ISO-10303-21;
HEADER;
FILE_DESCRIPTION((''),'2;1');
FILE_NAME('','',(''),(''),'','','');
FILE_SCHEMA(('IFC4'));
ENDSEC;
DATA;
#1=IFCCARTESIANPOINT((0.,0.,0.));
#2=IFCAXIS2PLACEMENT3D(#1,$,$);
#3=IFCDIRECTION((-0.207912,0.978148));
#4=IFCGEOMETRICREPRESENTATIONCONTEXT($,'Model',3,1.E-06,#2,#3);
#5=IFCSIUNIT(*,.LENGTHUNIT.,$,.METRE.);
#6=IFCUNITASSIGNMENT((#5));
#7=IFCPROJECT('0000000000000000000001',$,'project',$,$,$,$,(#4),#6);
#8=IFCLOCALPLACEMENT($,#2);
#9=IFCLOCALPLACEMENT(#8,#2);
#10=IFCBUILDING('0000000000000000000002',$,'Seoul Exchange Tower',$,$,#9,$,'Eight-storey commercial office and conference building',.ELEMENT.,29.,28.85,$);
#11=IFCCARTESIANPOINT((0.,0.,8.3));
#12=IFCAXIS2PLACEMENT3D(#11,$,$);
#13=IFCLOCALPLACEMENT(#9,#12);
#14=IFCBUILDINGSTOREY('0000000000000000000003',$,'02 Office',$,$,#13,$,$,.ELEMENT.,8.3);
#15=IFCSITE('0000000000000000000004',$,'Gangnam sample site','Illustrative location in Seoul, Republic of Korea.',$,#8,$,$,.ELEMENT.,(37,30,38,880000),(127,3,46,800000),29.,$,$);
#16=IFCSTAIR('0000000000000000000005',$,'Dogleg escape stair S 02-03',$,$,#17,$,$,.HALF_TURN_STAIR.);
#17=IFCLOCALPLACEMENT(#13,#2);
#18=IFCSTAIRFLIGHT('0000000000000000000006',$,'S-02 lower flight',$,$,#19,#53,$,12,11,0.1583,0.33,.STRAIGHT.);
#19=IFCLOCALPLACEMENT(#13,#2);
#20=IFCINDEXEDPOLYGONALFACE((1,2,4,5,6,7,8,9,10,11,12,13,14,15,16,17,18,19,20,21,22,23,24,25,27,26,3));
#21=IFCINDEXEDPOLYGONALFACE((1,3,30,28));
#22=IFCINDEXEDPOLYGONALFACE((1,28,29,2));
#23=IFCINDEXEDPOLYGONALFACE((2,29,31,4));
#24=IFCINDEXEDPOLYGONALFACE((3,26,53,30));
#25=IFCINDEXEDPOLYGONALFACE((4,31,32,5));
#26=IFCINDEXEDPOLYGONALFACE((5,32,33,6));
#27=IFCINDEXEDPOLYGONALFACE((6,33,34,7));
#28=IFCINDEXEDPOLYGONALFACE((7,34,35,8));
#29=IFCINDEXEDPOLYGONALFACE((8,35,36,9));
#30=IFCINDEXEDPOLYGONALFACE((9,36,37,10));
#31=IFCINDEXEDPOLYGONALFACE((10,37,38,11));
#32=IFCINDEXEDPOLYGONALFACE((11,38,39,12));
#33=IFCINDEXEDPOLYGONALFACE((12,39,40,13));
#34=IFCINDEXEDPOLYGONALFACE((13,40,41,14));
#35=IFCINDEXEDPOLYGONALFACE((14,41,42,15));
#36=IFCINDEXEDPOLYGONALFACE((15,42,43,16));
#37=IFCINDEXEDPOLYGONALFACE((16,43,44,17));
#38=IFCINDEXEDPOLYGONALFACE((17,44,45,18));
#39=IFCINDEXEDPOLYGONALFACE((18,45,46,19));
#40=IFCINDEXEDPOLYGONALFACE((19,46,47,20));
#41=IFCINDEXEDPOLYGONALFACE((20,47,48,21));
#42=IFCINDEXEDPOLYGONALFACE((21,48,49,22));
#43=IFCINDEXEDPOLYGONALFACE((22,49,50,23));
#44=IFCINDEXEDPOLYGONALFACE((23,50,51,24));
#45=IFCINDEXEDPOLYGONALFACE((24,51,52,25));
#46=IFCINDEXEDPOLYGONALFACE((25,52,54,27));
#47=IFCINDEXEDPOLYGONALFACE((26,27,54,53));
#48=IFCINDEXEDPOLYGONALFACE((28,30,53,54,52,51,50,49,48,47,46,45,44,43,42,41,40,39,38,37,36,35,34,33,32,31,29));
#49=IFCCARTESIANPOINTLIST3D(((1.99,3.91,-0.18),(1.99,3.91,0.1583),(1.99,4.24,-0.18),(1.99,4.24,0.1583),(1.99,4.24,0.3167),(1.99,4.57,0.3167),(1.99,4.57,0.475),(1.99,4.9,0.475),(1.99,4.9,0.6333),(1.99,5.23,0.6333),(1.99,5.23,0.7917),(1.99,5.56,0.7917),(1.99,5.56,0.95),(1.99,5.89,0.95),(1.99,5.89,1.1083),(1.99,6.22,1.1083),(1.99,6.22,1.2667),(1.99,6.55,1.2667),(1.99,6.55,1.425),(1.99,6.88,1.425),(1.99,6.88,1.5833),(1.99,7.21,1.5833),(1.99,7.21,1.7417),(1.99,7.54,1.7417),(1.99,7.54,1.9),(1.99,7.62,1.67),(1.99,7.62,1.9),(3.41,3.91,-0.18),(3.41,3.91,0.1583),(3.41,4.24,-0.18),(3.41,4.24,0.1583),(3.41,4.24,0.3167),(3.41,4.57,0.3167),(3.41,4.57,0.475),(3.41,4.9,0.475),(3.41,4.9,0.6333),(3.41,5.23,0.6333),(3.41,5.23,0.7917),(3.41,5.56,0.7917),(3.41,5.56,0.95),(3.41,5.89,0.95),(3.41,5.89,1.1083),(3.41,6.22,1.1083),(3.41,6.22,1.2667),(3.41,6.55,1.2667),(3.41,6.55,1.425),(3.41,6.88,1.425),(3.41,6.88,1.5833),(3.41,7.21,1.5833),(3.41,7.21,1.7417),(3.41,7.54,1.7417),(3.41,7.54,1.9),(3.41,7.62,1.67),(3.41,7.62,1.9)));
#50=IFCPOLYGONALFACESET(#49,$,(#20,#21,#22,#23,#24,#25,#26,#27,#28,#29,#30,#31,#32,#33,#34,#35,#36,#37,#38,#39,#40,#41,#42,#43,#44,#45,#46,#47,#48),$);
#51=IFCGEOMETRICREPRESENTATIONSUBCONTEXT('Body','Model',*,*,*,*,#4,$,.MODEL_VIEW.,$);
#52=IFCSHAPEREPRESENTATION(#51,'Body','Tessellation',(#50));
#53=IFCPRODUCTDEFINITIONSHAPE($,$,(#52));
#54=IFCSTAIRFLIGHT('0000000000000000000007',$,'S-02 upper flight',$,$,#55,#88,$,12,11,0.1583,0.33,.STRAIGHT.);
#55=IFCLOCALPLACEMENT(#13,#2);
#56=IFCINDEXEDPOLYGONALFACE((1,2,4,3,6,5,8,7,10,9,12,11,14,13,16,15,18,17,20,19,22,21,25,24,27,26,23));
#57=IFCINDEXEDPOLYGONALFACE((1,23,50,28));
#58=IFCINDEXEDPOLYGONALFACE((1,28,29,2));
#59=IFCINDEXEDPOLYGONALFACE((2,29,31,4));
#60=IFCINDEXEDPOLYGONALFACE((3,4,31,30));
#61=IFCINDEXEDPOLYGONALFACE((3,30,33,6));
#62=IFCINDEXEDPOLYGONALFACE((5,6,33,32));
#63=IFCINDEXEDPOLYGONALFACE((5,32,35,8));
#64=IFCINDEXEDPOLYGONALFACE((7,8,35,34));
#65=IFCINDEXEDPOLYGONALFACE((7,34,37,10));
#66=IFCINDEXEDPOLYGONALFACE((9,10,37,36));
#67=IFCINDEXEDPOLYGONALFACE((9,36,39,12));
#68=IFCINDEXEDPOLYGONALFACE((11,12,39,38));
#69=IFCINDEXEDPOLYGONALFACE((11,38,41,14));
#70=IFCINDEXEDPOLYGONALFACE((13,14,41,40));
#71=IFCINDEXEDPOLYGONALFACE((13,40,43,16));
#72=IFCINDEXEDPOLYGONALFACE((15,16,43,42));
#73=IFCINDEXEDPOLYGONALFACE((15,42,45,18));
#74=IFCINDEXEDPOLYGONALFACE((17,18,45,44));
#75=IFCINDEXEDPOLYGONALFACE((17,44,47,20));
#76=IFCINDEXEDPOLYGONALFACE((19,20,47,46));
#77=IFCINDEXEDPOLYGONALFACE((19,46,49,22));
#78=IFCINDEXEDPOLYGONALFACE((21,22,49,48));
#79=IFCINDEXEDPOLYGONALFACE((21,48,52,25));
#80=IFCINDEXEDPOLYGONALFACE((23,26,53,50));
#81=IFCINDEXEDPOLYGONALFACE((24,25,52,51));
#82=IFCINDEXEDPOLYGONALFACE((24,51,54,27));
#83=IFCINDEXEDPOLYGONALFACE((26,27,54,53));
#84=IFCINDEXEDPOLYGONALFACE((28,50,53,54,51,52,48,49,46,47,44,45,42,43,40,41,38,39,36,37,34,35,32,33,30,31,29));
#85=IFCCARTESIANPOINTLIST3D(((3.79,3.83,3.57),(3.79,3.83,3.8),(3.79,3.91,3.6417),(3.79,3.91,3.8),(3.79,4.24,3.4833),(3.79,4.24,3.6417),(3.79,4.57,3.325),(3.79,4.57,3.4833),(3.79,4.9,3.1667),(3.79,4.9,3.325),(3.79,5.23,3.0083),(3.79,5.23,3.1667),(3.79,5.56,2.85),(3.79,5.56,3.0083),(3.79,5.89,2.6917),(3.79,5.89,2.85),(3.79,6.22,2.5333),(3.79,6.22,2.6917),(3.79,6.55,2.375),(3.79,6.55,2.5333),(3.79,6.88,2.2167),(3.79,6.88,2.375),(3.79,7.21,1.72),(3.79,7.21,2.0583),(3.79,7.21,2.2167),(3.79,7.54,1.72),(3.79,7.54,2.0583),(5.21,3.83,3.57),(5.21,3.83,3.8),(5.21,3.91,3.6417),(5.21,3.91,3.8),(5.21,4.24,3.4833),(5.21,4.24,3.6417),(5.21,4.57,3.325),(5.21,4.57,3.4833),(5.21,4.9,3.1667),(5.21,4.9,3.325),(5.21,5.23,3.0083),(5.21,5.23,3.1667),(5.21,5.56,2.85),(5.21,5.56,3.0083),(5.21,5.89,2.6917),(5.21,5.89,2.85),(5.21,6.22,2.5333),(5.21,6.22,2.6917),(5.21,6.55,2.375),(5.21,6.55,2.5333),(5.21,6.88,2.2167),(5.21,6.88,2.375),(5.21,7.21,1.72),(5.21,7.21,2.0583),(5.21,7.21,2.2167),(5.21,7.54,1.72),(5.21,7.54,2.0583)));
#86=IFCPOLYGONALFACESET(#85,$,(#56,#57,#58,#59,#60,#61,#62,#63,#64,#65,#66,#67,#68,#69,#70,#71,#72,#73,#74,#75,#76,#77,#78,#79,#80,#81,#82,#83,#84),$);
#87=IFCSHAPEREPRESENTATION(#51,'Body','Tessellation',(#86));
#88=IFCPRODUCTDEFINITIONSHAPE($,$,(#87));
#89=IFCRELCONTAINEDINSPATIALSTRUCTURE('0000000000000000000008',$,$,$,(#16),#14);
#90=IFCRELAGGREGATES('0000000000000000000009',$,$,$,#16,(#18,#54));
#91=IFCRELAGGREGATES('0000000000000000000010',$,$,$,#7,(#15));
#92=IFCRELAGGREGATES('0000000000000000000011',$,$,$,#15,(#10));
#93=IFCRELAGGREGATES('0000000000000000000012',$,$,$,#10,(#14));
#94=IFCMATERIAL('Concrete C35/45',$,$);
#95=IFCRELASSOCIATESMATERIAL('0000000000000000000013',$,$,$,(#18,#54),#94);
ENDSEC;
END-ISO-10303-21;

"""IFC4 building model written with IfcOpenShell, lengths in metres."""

from ifc_helpers import new_model, si_unit, direction, frame, origin, place, context, subcontext, project, spatial, polyline, outline, extrude, material, element, aggregate, save


model = new_model("IFC4")

# Units and contexts
model_context = context("Model", 3, precision=1e-06, world=origin(), true_north=direction((-0.207912, 0.978148)))
body_context = subcontext(model_context, "Body", "Model", "MODEL_VIEW")
ifc_project = project(units=[si_unit("LENGTHUNIT", "METRE")], contexts=[model_context])

# Site, building, storey
site_placement = place(None, origin())
site = spatial("IfcSite", under=ifc_project, at=site_placement, Name="Gangnam sample site", Description="Illustrative location in Seoul, Republic of Korea.", CompositionType="ELEMENT", RefLatitude=(37, 30, 38, 880000), RefLongitude=(127, 3, 46, 800000), RefElevation=29.0)
building_placement = place(site_placement, origin())
building = spatial("IfcBuilding", under=site, at=building_placement, Name="Seoul Exchange Tower", LongName="Eight-storey commercial office and conference building", CompositionType="ELEMENT", ElevationOfRefHeight=29.0, ElevationOfTerrain=28.85)
storey_placement = place(building_placement, frame((0.0, 0.0, 8.3)))
storey = spatial("IfcBuildingStorey", under=building, at=storey_placement, Name="02 Office", CompositionType="ELEMENT", Elevation=8.3)

# Shared definitions
ifc_material_1 = material(Name="Concrete C35/45")
placement_1 = place(storey_placement, origin())

# Stair
placement_2 = place(placement_1, origin())
stair_1 = element("IfcStair", 1, at=placement_1, inside=storey, Name="Dogleg escape stair S 02-03", PredefinedType="HALF_TURN_STAIR")

# Stair flights
stair_flight_1 = element("IfcStairFlight", 2, at=placement_2, material=ifc_material_1, Name="S-02 lower flight", NumberOfRisers=12, NumberOfTreads=11, PredefinedType="STRAIGHT", RiserHeight=0.1583, TreadLength=0.33, context=body_context, shape_type="SweptSolid", body=[
    extrude(outline(polyline([(0.0, -0.18), (0.0, 0.1583), (0.33, 0.1583), (0.33, 0.3167), (0.66, 0.3167), (0.66, 0.475), (0.99, 0.475), (0.99, 0.6333), (1.32, 0.6333), (1.32, 0.7917), (1.65, 0.7917), (1.65, 0.95), (1.98, 0.95), (1.98, 1.1083), (2.31, 1.1083), (2.31, 1.2667), (2.64, 1.2667), (2.64, 1.425), (2.97, 1.425), (2.97, 1.5833), (3.3, 1.5833), (3.3, 1.7417), (3.63, 1.7417), (3.63, 1.9), (3.71, 1.9), (3.71, 1.67), (0.33, -0.18), (0.0, -0.18)])), frame((1.99, 3.91, 0.0), z_axis=(1.0, 0.0, 0.0), x_axis=(0.0, 1.0, 0.0)), (0.0, 0.0, 1.0), 1.42),
])
stair_flight_2 = element("IfcStairFlight", 3, at=placement_2, material=ifc_material_1, Name="S-02 upper flight", NumberOfRisers=12, NumberOfTreads=11, PredefinedType="STRAIGHT", RiserHeight=0.1583, TreadLength=0.33, context=body_context, shape_type="SweptSolid", body=[
    extrude(outline(polyline([(0.0, -0.18), (0.0, 0.1583), (0.33, 0.1583), (0.33, 0.3167), (0.66, 0.3167), (0.66, 0.475), (0.99, 0.475), (0.99, 0.6333), (1.32, 0.6333), (1.32, 0.7917), (1.65, 0.7917), (1.65, 0.95), (1.98, 0.95), (1.98, 1.1083), (2.31, 1.1083), (2.31, 1.2667), (2.64, 1.2667), (2.64, 1.425), (2.97, 1.425), (2.97, 1.5833), (3.3, 1.5833), (3.3, 1.7417), (3.63, 1.7417), (3.63, 1.9), (3.71, 1.9), (3.71, 1.67), (0.33, -0.18), (0.0, -0.18)])), frame((5.21, 7.54, 1.9), z_axis=(-1.0, 0.0, 0.0), x_axis=(0.0, -1.0, 0.0)), (0.0, 0.0, 1.0), 1.42),
])

aggregate(stair_1, [stair_flight_1, stair_flight_2])

save(model, "model.ifc")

Your instructions: Of the entries above, repeat exactly the lines between the line with "#5=IFCSIUNIT(*,.LENGTHUNIT.,$,.METRE.);" and the line with "and conference building',.ELEMENT.,29.,28.85,$);", inclusive, and no others.

Task answer:
#5=IFCSIUNIT(*,.LENGTHUNIT.,$,.METRE.);
#6=IFCUNITASSIGNMENT((#5));
#7=IFCPROJECT('0000000000000000000001',$,'project',$,$,$,$,(#4),#6);
#8=IFCLOCALPLACEMENT($,#2);
#9=IFCLOCALPLACEMENT(#8,#2);
#10=IFCBUILDING('0000000000000000000002',$,'Seoul Exchange Tower',$,$,#9,$,'Eight-storey commercial office and conference building',.ELEMENT.,29.,28.85,$);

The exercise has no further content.